Eso último prueba que, fuera ya del asunto concreto de NaBai, el diagnóstico es extensible a todo el dramatis personae de la tragicomedia política vasca. Nadie se fía de nadie, todos se guardan con memoria de elefante dos docenas de cuentas pendientes y sus respectivos intereses. Somos un galimatías de deudores y acreedores que se esperan con la cachiporra a la vuelta de cada esquina del país. Lo irónico es que estamos condenados a entendernos.

La clase política

La clase política es un problema. Concretamente, el tercero que más preocupa a los ciudadanos del Estado español, según el último barómetro del CIS. Y no es el segundo, únicamente porque el instituto demoscópico oficial hace un pequeño trile y ofrece a los encuestados dos opciones casi iguales sobre lo mismo: “la clase política y los partidos”, por un lado y “Gobierno, los políticos y los partidos”. Sumando ambas respuestas, resultaría que sólo el paro y la crisis -faltaría más- superan en el ranking de la desazón a los que nos administran o aspiran a hacerlo. El terrorismo y la inseguridad ciudadana quedan muy por detrás.

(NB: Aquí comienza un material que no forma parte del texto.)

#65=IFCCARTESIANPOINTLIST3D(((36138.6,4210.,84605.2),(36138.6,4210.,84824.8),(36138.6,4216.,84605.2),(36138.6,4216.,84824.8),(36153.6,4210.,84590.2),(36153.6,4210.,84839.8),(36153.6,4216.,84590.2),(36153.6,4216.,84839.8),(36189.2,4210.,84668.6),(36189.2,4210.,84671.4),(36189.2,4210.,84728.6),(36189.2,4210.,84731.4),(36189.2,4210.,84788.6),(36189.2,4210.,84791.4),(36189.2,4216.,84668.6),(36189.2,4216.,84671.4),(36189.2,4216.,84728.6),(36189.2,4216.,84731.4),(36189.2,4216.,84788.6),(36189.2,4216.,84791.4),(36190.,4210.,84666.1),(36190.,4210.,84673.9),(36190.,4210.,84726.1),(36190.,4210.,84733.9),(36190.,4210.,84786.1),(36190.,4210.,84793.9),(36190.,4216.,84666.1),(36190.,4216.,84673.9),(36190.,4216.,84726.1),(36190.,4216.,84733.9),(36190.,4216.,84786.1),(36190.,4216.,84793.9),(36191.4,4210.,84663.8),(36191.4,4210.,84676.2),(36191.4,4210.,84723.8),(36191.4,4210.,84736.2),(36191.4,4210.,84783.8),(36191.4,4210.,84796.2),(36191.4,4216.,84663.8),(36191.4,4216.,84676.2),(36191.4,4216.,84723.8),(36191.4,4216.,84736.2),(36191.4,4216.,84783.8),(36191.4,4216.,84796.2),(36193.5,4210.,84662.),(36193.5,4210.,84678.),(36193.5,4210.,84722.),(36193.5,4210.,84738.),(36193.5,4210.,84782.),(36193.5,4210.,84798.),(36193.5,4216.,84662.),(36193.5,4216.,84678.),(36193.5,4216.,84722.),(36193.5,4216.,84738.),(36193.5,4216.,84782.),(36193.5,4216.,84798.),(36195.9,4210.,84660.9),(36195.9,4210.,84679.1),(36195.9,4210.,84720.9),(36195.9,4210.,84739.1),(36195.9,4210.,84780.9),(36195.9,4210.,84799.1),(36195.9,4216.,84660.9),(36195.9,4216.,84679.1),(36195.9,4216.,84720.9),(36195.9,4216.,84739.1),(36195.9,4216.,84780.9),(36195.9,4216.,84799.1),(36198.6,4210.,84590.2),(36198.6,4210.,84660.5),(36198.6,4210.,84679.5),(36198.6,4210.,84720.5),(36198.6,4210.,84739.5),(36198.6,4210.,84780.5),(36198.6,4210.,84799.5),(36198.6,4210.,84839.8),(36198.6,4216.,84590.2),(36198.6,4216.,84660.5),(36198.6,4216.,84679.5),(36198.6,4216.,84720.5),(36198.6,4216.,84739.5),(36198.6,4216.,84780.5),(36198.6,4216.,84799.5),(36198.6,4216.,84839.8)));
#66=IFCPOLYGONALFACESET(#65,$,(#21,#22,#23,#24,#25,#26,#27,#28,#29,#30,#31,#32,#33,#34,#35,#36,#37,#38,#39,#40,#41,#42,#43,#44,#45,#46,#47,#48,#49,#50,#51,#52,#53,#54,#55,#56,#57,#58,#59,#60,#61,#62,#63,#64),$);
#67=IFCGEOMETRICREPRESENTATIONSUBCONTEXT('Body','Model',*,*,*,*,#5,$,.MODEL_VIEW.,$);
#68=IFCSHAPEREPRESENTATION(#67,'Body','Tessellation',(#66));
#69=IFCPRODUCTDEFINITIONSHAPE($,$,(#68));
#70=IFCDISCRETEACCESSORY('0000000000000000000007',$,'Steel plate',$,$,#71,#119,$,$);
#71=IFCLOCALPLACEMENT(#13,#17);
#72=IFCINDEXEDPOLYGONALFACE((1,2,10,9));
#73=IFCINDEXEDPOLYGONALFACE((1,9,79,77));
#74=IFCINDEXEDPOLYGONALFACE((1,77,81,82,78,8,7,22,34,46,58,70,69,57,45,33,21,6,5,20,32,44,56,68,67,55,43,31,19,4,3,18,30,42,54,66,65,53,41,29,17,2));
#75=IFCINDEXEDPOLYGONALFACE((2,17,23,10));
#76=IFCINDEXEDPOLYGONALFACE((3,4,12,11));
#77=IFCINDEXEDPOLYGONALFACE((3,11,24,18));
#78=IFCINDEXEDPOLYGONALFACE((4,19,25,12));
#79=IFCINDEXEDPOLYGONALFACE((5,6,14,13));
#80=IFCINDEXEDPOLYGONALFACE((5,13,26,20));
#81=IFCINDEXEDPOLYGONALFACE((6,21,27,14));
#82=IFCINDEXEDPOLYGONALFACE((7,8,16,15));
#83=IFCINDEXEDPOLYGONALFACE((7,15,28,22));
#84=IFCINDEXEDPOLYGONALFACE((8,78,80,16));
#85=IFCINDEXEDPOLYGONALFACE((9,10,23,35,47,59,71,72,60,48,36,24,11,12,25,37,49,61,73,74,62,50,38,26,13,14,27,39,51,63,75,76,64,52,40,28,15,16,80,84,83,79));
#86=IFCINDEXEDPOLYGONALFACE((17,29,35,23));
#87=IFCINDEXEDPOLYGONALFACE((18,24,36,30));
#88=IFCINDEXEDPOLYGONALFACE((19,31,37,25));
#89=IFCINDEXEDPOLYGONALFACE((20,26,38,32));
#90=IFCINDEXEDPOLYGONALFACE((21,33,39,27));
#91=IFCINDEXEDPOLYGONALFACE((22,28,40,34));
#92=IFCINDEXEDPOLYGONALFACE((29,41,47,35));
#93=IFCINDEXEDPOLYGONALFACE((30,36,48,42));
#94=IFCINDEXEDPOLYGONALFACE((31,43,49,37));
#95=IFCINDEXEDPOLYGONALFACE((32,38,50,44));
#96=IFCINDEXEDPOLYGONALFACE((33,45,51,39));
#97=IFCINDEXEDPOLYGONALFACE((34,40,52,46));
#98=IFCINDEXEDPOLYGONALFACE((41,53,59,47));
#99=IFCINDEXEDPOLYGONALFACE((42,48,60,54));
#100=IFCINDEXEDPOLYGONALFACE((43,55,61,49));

Me ha divertido mucho escuchar las interpretaciones de los aludidos cuando en esta o aquella entrevista les ponían el suspenso delante de las narices. Emulando al gran Houdini, se escurrían cual anguilas de la cuestión o la despejaban a la grada, dando siempre por sentado que el desafecto popular no se refería a ellos, sino a un difuso “los demás”. No faltaban los que echaban más leña al descontento que se reflejará en futuros sondeos dejando caer que los que los citan como problema, además de no tener ni idea sobre su trabajo, son muy puñeteros y hasta envidiosos.

No todos son iguales

El resumen es que a los políticos les importa una higa su descrédito. Que les llamen perros y les sigan dando caviar y billetes en Business. Podía haber matizado “a muchos políticos” o “a algunos políticos”, pero escribo intencionadamente en genérico, haciendo tabla rasa y saco común con todos, a ver si hago blanco en la conciencia de las no pocas personas que se dedican a la política por auténtica vocación de servicio y atendiendo a ideales de pura cepa. Son ellas y ellos quienes tienen que dar un golpe en la mesa, sacudirse la caspa corporativista y el miedo al aparato, y señalar con el dedo a aquellos de sus colegas -compartan o no siglas- que arruinan la imagen de lo que debería ser una dignísima ocupación.

Doy fe pública de que en mis veintipico años de proximidad voluntariamente limitada con representantes de todos (recalco: todos) los partidos he conocido un sinfín de personas que actúan con la mejor fe. Se puede estar de acuerdo o no con ellos en lo ideológico, se puede percibir que su discurso o sus actitudes son mejorables, se puede atisbar que la obediencia al carné les pesa mucho. Pero en ninguno de los casos que tengo en la cabeza les es achacable que quieran llevárselo crudo o que estén ahí porque no tienen otra cosa. Deberían estar hartos de pagar por los pecados ajenos.